我想攔下他,但他是籃球社的,一下就沒影了。
就算髮哥現在去鬧,也沒什麼用,按趙老師的說法,名單已經報上去了。
眼下我還是應該去找一份別的兼職……
6.
吃完飯,我在學校周邊的貼吧社群里發了找兼職的消息,然後就靜候消息。
大約過了十分鐘,到了上課時間
我抽出課本,離開寢室。
7.
出門沒多久,在樓道里,我接到一通電話,是本地的。
我低頭接通。
「喂,你好。」
「同學你好,我在給我女兒找家教,一個課時 50 元,補周五、周六、周日晚上的兩個小時,你方不方便?」
「家教?是的,我方便。」
我一聽到家教的兼職,很高興,那大概是最適合我的工作了。
那頭的人繼續說道:
「今天是周五,你晚上七點能不能到濱江花園來?咱們試一節課。
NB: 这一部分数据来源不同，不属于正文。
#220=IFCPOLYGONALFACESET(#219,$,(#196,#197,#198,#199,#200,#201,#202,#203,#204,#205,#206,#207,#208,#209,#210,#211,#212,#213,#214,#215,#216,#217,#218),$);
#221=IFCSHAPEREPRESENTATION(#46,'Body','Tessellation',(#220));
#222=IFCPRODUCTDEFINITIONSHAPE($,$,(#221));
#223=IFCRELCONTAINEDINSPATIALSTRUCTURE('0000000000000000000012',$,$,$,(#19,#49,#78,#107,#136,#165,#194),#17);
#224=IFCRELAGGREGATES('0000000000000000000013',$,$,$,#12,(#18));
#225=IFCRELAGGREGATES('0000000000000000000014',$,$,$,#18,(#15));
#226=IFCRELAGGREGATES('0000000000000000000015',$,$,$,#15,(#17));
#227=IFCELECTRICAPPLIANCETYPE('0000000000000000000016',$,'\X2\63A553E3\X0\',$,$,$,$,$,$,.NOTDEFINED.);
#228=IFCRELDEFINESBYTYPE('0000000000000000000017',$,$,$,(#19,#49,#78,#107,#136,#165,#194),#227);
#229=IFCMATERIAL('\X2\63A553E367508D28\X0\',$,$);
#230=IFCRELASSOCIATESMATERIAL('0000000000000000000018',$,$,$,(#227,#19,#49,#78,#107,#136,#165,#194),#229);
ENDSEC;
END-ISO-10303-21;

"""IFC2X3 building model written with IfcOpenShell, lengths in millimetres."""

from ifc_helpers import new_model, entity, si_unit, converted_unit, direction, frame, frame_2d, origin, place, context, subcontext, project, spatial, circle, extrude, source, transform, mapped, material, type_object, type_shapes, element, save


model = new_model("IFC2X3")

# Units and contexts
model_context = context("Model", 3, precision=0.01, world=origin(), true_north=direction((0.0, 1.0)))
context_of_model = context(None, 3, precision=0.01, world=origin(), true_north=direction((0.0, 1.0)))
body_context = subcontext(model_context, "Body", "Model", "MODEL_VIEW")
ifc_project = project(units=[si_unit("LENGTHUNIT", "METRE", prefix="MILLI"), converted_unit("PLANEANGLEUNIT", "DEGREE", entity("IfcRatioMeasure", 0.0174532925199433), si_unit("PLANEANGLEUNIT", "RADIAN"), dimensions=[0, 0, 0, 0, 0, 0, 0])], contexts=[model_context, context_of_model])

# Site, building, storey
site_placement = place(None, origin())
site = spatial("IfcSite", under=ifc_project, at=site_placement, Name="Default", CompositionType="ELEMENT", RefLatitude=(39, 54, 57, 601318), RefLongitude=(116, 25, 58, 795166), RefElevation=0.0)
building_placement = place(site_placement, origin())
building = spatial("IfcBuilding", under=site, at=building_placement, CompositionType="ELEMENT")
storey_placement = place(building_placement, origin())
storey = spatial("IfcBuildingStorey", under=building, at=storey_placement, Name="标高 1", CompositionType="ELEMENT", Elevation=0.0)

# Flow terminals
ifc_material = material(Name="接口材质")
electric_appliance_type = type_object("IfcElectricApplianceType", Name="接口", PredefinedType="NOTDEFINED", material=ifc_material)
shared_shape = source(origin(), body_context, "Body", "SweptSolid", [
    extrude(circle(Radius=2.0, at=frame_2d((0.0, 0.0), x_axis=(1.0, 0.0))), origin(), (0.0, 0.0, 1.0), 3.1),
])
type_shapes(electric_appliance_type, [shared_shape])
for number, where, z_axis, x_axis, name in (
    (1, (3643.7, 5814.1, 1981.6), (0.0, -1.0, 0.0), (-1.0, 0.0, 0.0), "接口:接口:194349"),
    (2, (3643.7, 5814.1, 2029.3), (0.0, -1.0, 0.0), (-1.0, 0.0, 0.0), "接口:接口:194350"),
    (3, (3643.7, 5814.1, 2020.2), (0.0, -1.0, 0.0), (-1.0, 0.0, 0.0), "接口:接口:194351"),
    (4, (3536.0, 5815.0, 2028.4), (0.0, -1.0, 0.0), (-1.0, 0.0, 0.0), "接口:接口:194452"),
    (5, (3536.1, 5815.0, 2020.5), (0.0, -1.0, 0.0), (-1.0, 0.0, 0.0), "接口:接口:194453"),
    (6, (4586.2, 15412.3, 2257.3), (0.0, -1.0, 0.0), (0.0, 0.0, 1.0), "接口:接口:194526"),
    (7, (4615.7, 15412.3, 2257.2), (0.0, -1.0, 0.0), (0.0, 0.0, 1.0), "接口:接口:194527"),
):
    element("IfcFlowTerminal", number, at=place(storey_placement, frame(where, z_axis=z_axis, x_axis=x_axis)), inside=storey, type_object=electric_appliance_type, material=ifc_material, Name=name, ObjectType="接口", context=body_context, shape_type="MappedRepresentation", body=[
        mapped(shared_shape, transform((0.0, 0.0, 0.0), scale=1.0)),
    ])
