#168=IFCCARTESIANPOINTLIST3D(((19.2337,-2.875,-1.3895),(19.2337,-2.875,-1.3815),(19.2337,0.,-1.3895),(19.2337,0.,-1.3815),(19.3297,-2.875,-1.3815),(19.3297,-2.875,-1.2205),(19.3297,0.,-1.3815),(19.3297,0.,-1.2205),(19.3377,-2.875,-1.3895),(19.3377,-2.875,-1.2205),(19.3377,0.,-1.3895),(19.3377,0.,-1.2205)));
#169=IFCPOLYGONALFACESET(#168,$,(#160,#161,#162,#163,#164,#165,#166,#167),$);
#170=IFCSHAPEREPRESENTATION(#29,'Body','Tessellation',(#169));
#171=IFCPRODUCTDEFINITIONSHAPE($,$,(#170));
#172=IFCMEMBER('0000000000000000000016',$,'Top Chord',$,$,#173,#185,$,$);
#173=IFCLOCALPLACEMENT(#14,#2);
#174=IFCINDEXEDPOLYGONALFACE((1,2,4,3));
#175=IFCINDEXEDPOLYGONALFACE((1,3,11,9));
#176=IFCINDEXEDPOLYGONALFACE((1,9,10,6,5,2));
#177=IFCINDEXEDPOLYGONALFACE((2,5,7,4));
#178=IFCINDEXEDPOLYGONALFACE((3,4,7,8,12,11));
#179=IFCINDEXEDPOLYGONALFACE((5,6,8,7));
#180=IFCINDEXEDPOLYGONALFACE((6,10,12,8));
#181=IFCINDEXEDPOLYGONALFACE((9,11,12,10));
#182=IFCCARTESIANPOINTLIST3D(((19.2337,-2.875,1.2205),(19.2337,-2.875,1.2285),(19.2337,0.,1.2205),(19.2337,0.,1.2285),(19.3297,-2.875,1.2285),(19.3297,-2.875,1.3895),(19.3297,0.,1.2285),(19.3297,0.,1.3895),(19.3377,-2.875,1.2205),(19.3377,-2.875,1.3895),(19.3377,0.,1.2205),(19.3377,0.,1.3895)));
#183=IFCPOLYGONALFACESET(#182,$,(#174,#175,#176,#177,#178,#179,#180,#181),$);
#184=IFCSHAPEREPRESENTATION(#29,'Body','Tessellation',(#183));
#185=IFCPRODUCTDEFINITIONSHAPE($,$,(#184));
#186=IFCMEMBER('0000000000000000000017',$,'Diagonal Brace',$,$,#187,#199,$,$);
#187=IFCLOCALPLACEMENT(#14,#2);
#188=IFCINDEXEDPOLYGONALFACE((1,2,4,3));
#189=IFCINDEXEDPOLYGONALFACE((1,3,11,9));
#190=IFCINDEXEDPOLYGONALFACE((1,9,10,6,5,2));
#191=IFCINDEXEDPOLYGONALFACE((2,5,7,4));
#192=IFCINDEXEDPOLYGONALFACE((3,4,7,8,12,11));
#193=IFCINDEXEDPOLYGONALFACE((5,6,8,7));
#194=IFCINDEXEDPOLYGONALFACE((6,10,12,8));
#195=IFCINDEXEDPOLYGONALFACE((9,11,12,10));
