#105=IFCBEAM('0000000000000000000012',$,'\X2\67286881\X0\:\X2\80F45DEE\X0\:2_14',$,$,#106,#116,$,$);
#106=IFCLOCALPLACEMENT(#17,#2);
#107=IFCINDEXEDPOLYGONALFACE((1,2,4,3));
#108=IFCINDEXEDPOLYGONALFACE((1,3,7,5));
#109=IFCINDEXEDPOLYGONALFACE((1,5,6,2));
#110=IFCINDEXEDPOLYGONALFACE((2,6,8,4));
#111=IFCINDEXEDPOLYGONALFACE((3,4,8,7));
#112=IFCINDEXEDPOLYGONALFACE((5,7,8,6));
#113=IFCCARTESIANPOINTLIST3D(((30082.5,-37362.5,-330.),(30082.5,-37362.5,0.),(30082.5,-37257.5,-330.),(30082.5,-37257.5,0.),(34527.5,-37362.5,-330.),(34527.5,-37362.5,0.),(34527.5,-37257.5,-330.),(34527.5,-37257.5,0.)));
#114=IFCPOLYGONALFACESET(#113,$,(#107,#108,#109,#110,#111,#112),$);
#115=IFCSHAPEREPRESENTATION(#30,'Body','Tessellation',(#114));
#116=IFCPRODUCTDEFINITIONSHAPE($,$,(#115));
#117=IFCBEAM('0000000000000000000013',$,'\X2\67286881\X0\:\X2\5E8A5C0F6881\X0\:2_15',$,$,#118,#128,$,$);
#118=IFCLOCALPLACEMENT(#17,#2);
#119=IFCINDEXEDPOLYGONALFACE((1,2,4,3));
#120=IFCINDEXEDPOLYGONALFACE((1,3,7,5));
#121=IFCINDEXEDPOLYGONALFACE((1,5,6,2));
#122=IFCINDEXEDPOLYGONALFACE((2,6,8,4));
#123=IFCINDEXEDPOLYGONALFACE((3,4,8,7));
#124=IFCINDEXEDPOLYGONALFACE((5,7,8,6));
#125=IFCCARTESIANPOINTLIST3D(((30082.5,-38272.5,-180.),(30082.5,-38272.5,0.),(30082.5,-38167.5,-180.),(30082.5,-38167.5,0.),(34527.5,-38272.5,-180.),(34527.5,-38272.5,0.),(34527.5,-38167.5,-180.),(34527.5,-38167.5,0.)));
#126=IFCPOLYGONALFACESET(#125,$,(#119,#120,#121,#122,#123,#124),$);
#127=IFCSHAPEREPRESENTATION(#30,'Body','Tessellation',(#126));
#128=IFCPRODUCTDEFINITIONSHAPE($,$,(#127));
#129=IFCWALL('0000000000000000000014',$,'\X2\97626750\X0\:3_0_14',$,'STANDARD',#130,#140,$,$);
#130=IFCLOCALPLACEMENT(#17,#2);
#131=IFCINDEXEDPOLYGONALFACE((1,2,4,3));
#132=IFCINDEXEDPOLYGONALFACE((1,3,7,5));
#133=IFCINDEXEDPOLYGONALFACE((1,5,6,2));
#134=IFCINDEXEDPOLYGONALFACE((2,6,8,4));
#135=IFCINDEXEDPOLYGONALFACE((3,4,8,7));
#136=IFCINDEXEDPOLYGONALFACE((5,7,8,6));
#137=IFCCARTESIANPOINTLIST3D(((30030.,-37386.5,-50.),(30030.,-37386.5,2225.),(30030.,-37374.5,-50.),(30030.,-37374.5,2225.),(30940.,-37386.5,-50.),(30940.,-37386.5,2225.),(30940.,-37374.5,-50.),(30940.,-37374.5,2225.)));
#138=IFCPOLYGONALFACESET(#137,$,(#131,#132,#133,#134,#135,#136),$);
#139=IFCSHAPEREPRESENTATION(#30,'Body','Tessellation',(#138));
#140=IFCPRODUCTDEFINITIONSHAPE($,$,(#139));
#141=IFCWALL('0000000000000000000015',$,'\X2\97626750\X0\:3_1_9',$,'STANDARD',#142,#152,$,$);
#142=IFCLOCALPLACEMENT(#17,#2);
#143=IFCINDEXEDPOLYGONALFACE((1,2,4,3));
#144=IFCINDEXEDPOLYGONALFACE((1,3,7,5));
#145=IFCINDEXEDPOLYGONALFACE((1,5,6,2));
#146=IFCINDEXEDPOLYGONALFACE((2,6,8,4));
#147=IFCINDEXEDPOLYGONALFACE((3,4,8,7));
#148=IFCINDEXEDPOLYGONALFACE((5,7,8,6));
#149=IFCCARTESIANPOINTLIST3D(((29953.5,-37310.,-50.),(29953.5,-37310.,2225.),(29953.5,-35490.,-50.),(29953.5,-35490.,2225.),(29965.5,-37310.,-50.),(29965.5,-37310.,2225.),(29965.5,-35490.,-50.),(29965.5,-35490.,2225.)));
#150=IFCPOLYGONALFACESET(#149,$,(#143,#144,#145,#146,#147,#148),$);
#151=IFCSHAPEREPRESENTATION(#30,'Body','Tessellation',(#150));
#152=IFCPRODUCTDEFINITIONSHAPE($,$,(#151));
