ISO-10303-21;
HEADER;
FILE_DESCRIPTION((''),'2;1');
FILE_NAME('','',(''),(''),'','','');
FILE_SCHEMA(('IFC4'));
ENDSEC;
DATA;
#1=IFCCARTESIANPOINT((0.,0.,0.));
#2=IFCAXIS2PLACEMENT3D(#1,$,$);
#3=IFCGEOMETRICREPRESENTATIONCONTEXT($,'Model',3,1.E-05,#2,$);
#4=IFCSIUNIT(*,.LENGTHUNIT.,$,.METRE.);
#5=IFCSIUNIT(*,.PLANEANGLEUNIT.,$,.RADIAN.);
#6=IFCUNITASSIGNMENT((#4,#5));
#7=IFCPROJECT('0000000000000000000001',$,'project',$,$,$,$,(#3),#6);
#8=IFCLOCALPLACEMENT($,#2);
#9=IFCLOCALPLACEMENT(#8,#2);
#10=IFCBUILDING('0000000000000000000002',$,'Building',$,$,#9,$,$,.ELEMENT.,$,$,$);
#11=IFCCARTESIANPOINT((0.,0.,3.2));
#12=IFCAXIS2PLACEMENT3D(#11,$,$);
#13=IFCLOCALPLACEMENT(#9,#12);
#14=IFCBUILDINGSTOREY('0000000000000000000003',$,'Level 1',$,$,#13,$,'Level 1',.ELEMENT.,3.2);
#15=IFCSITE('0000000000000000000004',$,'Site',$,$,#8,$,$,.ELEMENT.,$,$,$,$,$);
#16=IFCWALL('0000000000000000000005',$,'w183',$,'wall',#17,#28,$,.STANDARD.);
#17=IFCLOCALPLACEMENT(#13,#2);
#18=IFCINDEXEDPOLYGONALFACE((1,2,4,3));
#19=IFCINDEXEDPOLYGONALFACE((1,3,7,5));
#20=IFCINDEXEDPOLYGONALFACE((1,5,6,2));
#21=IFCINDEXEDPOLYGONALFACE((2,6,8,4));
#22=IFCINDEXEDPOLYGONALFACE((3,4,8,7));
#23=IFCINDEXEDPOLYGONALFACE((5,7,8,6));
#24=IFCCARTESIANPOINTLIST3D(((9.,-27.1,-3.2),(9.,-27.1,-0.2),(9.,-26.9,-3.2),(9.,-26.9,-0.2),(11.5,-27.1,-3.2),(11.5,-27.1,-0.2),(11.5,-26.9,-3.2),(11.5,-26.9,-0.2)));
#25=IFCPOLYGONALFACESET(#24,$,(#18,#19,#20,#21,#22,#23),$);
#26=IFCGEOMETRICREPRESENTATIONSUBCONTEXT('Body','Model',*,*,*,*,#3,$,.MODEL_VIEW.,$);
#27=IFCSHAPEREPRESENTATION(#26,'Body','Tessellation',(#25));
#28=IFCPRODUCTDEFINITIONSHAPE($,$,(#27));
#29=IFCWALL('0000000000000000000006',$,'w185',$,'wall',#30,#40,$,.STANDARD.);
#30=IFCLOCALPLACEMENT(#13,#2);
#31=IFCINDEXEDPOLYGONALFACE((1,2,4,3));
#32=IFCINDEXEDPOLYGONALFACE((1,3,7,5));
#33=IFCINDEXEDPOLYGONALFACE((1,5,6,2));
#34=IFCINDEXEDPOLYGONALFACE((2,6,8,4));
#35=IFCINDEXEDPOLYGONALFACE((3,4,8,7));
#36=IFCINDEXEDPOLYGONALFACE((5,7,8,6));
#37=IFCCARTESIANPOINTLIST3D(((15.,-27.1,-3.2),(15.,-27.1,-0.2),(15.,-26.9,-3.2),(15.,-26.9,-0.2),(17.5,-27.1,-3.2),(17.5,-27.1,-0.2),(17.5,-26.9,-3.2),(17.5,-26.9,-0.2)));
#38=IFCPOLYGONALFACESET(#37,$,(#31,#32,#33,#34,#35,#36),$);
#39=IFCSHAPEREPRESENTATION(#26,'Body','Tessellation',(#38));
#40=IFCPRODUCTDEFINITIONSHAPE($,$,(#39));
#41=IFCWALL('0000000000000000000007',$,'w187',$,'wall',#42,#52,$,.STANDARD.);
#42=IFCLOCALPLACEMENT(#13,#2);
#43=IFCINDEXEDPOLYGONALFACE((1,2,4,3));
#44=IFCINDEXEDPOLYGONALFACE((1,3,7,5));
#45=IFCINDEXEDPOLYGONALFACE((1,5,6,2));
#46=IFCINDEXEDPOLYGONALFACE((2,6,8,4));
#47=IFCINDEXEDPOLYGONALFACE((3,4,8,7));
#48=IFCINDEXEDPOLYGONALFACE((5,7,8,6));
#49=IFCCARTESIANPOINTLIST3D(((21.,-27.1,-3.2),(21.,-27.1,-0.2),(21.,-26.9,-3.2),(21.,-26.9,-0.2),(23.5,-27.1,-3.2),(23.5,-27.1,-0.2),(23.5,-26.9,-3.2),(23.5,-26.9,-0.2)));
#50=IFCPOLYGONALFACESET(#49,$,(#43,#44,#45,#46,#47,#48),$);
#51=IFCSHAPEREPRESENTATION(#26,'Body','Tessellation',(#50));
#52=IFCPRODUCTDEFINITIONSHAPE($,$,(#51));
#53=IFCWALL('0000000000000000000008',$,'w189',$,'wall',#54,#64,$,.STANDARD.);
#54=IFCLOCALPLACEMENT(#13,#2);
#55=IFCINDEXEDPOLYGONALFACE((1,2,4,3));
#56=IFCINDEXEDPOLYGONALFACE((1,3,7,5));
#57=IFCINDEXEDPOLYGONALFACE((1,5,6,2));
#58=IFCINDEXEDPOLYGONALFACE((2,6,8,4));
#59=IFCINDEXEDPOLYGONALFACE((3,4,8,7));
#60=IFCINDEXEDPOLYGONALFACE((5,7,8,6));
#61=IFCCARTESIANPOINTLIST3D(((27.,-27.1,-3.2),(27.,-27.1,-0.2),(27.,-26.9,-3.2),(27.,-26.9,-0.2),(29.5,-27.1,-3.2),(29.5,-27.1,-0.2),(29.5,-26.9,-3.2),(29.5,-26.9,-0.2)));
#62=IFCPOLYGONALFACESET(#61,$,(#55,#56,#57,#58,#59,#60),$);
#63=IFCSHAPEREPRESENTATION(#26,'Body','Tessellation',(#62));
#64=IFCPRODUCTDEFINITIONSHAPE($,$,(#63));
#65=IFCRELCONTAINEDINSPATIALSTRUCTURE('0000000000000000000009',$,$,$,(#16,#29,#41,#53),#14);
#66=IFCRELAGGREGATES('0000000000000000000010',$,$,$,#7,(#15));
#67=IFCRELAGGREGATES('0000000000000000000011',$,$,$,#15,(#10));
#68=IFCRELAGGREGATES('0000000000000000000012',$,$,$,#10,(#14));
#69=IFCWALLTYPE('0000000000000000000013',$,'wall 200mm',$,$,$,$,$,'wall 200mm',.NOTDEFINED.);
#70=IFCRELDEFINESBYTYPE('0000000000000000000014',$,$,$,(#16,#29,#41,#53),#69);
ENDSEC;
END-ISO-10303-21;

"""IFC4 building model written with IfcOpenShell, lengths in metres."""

from ifc_helpers import new_model, si_unit, frame, frame_2d, origin, place, context, subcontext, project, spatial, rectangle, extrude, type_object, element, save


model = new_model("IFC4")

# Units and contexts
model_context = context("Model", 3, precision=1e-05, world=origin())
body_context = subcontext(model_context, "Body", "Model", "MODEL_VIEW")
ifc_project = project(units=[si_unit("LENGTHUNIT", "METRE"), si_unit("PLANEANGLEUNIT", "RADIAN")], contexts=[model_context])

# Site, building, storey
site_placement = place(None, origin())
site = spatial("IfcSite", under=ifc_project, at=site_placement, Name="Site", CompositionType="ELEMENT")
building_placement = place(site_placement, origin())
building = spatial("IfcBuilding", under=site, at=building_placement, Name="Building", CompositionType="ELEMENT")
storey_placement = place(building_placement, frame((0.0, 0.0, 3.2)))
storey = spatial("IfcBuildingStorey", under=building, at=storey_placement, Name="Level 1", LongName="Level 1", CompositionType="ELEMENT", Elevation=3.2)

# Walls
wall_type = type_object("IfcWallType", Name="wall 200mm", ElementType="wall 200mm", PredefinedType="NOTDEFINED")
for number, where, z_axis, x_axis, name in (
    (1, (9.0, -27.0, -3.2), (0.0, 0.0, 1.0), (1.0, 0.0, 0.0), "w183"),
    (2, (15.0, -27.0, -3.2), (0.0, 0.0, 1.0), (1.0, 0.0, 0.0), "w185"),
    (3, (21.0, -27.0, -3.2), (0.0, 0.0, 1.0), (1.0, 0.0, 0.0), "w187"),
    (4, (27.0, -27.0, -3.2), (0.0, 0.0, 1.0), (1.0, 0.0, 0.0), "w189"),
):
    element("IfcWall", number, at=place(storey_placement, frame(where, z_axis=z_axis, x_axis=x_axis)), inside=storey, type_object=wall_type, Name=name, ObjectType="wall", PredefinedType="STANDARD", context=body_context, shape_type="SweptSolid", body=[
        extrude(rectangle(XDim=2.5, YDim=0.2, at=frame_2d((1.25, 0.0))), origin(), (0.0, 0.0, 1.0), 3.0),
    ])

save(model, "model.ifc")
」
「試課……」
「試課也有課時費。」
「好!」
8.
下課後,我沒回寢室,去外面簡單吃了碗面就坐公交出發了。
我按照電話里說的地址,去到濱江花園,然後回撥電話。
按照電話裡頭的男人的指引,
進入了男人的家裡。
他家很大、很氣派。
進門後,我看見那個男人站在門口迎接我,他就是我今天中午在思政樓遇見的那位。
那個男人看著我,道:
「同學你好,快進來吧。」
我看著地上為我提前準備好的拖鞋,問道:
「您是……」
「我是你們學校的校長。」
我很慌張。
「校長?!」
「別緊張,我家裡確實有一個女兒,他確實需要一個家教。」
說著,他指著屋內的方向。
我摳摳臉頰,穿上拖鞋,跟著校長進到了他女兒的房間。
9.
校長跟他女兒簡單介紹了一下我就走了。
我就坐在女孩旁邊。
她今年高二,今天本該在學校上晚自習。
按她的說法,是校長忽然把她叫回來的。
我有些抱歉。
感覺校長是為了給我這個兼職的機會,才把她的女兒叫回來的。
「大概是中午的時候,校長和趙老師聊過吧。」
我這麼想著,心裡對校長很感激。
10.
高二的學業很緊促,她幾乎一刻不停地在複習。
在給她溫習功課的時候,我發現她刻意迴避著所有的主觀題,反而對那些有固定答案的問題總能對答如流。
我看著這個女孩,覺得有點可憐。
明明是花一樣的年齡啊,卻一頭扎進課本里死記硬背。
可仔細想想,我有什麼資格可憐她呀。